§ What you are asked to do: Copy each line from the records below in which the word "wood" is found.

___

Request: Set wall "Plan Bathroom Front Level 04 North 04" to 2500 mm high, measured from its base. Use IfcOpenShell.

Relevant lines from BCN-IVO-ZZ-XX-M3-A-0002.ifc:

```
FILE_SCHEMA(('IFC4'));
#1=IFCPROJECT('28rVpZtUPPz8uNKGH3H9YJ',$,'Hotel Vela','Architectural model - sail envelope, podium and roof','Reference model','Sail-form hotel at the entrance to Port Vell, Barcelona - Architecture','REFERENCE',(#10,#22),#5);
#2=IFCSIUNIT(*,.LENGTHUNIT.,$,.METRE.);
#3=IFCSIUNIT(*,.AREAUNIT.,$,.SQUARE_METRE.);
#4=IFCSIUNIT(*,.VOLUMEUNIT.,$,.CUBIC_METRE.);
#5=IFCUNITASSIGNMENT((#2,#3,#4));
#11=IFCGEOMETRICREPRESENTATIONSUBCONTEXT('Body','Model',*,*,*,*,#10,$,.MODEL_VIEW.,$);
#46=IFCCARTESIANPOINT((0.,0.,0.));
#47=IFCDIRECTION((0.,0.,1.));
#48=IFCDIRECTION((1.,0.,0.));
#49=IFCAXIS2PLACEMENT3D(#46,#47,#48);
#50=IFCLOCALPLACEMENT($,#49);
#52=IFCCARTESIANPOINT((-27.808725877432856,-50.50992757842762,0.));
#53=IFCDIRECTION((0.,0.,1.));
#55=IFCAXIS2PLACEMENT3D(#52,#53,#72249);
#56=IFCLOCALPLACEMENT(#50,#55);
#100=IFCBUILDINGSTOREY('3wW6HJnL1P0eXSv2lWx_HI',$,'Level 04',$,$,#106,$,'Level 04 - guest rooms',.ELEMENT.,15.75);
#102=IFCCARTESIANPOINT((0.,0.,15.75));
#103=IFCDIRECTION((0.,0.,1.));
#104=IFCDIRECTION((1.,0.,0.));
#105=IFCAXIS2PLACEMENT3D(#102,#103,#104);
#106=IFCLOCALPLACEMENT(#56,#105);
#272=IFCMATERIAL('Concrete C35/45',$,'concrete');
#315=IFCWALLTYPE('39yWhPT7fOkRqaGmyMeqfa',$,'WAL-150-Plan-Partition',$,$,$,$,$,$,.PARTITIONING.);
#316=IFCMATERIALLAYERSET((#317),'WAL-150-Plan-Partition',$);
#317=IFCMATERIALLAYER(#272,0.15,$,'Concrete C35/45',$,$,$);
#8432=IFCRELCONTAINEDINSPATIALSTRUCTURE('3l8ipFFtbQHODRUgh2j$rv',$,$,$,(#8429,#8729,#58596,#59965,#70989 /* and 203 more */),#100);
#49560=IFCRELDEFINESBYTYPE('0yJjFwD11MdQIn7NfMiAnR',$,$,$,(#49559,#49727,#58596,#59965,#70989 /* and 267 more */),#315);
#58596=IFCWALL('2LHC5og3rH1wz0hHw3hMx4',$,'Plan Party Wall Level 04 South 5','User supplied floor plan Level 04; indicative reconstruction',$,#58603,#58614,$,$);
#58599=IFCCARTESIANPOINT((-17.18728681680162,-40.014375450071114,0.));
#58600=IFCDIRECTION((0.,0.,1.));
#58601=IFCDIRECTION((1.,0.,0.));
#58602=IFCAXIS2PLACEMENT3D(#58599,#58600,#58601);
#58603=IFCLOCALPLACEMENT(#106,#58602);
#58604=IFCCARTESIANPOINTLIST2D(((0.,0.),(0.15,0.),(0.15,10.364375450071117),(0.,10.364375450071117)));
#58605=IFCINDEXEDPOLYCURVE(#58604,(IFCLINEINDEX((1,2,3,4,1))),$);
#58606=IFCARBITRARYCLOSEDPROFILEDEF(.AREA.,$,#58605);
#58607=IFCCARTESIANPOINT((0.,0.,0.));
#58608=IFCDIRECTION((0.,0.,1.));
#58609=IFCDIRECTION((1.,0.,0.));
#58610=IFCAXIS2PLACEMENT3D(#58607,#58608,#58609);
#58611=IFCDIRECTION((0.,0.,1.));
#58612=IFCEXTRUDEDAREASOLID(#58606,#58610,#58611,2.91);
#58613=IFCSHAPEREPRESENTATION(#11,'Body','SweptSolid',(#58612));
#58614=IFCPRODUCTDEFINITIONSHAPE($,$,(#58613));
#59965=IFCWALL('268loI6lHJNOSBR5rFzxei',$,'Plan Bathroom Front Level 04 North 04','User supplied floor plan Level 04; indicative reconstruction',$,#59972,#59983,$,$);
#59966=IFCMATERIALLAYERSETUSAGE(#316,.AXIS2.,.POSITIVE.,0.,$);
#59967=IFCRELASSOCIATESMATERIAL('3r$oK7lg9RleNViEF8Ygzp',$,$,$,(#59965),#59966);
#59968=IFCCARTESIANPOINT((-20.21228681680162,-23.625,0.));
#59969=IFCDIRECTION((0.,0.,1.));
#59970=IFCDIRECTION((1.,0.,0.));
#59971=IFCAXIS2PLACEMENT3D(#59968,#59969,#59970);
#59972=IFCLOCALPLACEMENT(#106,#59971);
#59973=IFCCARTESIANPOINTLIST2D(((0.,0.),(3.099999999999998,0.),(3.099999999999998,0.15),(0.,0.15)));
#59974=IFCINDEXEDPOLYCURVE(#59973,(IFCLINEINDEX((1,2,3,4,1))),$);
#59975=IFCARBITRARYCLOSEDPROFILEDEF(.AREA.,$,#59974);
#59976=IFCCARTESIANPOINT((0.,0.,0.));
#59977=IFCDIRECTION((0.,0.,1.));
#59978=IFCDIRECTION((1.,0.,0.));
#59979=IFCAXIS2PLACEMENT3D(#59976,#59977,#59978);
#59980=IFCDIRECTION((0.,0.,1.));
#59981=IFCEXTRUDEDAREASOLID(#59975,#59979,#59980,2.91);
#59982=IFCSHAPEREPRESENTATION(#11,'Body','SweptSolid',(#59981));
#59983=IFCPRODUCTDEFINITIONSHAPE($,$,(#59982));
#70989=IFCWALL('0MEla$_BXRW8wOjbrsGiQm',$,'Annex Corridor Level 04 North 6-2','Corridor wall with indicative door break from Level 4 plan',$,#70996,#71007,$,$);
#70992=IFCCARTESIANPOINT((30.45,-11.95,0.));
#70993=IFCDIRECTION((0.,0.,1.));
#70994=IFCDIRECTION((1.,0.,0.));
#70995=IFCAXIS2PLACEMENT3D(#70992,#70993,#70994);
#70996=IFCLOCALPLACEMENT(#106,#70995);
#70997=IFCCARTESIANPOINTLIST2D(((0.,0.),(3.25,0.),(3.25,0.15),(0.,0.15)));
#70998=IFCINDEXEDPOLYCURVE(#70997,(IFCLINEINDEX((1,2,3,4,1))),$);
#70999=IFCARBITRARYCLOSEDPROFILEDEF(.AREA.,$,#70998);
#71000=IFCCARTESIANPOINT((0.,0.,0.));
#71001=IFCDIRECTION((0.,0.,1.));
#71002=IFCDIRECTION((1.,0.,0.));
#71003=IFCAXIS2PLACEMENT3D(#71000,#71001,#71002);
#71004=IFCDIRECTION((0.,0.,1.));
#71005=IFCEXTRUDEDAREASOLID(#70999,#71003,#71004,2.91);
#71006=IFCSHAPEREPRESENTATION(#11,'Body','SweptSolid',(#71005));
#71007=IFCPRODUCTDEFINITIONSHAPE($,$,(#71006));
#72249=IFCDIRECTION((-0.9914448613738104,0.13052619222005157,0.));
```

```python
import ifcopenshell
import ifcopenshell.geom
import ifcopenshell.util.representation
import ifcopenshell.util.shape

model = ifcopenshell.open("BCN-IVO-ZZ-XX-M3-A-0002.ifc")
settings = ifcopenshell.geom.settings()


def volume(element):
    """Net volume in cubic metres, openings subtracted."""
    shape = ifcopenshell.geom.create_shape(settings, element)
    return ifcopenshell.util.shape.get_volume(shape.geometry)


wall = model.by_id(59965)
before = volume(wall)

body = ifcopenshell.util.representation.get_representation(wall, "Model", "Body")
solid = body.Items[0]
old_height = solid.Depth
solid.Depth = 2.5
after = volume(wall)

print(f"height {old_height:g} -> {solid.Depth:g}, volume {before:.3f} -> {after:.3f} m3")

model.write("BCN-IVO-ZZ-XX-M3-A-0002-out.ifc")
```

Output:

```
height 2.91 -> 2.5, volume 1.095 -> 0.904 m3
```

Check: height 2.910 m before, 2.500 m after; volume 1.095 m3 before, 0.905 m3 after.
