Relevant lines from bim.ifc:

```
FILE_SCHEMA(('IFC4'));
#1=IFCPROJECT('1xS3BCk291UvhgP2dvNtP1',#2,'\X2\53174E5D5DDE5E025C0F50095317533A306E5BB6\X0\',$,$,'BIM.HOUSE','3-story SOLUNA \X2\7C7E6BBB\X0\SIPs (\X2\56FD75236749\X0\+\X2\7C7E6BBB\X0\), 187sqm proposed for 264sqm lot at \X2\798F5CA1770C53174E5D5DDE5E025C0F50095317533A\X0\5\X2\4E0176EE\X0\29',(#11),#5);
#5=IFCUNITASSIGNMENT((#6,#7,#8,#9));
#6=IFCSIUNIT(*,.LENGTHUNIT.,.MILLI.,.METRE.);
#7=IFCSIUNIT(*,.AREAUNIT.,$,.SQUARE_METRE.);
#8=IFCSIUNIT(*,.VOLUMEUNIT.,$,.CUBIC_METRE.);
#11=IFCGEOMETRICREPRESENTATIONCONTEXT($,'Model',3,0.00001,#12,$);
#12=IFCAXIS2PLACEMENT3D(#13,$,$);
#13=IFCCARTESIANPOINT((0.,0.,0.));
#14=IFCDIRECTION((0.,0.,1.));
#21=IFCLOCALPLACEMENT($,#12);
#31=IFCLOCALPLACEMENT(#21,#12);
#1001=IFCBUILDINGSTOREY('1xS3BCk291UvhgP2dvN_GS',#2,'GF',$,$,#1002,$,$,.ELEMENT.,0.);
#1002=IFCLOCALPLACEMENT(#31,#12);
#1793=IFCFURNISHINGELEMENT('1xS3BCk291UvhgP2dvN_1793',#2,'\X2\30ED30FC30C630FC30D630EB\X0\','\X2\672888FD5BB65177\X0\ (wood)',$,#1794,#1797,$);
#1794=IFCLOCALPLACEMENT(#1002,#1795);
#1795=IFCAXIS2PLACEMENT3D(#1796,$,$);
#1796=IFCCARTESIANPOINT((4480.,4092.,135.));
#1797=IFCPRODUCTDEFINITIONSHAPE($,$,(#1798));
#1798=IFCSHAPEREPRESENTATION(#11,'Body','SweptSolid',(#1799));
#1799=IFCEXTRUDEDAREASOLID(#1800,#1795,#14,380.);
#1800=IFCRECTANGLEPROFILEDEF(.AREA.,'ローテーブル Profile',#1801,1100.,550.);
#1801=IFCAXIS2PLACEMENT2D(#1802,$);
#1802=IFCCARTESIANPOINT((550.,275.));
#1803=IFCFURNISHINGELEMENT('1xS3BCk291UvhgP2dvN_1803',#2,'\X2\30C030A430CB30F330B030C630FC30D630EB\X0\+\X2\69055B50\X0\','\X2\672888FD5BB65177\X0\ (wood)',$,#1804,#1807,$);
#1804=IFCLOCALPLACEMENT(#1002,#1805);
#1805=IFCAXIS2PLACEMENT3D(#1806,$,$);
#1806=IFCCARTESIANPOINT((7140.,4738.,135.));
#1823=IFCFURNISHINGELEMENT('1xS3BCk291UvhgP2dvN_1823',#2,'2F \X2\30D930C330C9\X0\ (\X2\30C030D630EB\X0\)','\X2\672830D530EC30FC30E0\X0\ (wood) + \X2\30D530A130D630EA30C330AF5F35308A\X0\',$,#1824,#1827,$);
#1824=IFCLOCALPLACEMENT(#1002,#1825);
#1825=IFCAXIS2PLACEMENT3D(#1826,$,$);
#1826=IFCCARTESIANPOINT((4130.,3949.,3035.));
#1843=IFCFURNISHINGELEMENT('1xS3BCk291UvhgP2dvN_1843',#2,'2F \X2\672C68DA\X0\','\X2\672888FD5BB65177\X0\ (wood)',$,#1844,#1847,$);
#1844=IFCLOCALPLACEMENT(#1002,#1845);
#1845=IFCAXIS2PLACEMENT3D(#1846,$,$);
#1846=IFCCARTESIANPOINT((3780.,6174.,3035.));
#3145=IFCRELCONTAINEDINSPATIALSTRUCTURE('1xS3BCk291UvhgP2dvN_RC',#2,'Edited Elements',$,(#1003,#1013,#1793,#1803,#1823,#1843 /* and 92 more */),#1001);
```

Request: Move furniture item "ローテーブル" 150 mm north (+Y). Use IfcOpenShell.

```python
import ifcopenshell
import ifcopenshell.api.geometry
import ifcopenshell.util.placement
import ifcopenshell.util.unit

model = ifcopenshell.open("bim.ifc")
unit_scale = ifcopenshell.util.unit.calculate_unit_scale(model)

item = model.by_guid("1xS3BCk291UvhgP2dvN_1793")
matrix = ifcopenshell.util.placement.get_local_placement(item.ObjectPlacement)
matrix[1, 3] += 0.15 / unit_scale
ifcopenshell.api.geometry.edit_object_placement(model, product=item, matrix=matrix, is_si=False)

print(ifcopenshell.util.placement.get_local_placement(item.ObjectPlacement).round(3) + 0.0)

model.write("bim_edited.ifc")
```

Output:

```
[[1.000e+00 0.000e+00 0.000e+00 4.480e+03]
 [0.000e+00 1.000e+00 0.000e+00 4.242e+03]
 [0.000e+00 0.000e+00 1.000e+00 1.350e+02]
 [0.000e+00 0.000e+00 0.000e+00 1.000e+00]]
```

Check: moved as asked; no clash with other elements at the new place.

___

§ Finished exercise:
#1793=IFCFURNISHINGELEMENT('1xS3BCk291UvhgP2dvN_1793',#2,'\X2\30ED30FC30C630FC30D630EB\X0\','\X2\672888FD5BB65177\X0\ (wood)',$,#1794,#1797,$);
#1803=IFCFURNISHINGELEMENT('1xS3BCk291UvhgP2dvN_1803',#2,'\X2\30C030A430CB30F330B030C630FC30D630EB\X0\+\X2\69055B50\X0\','\X2\672888FD5BB65177\X0\ (wood)',$,#1804,#1807,$);
#1823=IFCFURNISHINGELEMENT('1xS3BCk291UvhgP2dvN_1823',#2,'2F \X2\30D930C330C9\X0\ (\X2\30C030D630EB\X0\)','\X2\672830D530EC30FC30E0\X0\ (wood) + \X2\30D530A130D630EA30C330AF5F35308A\X0\',$,#1824,#1827,$);
#1843=IFCFURNISHINGELEMENT('1xS3BCk291UvhgP2dvN_1843',#2,'2F \X2\672C68DA\X0\','\X2\672888FD5BB65177\X0\ (wood)',$,#1844,#1847,$);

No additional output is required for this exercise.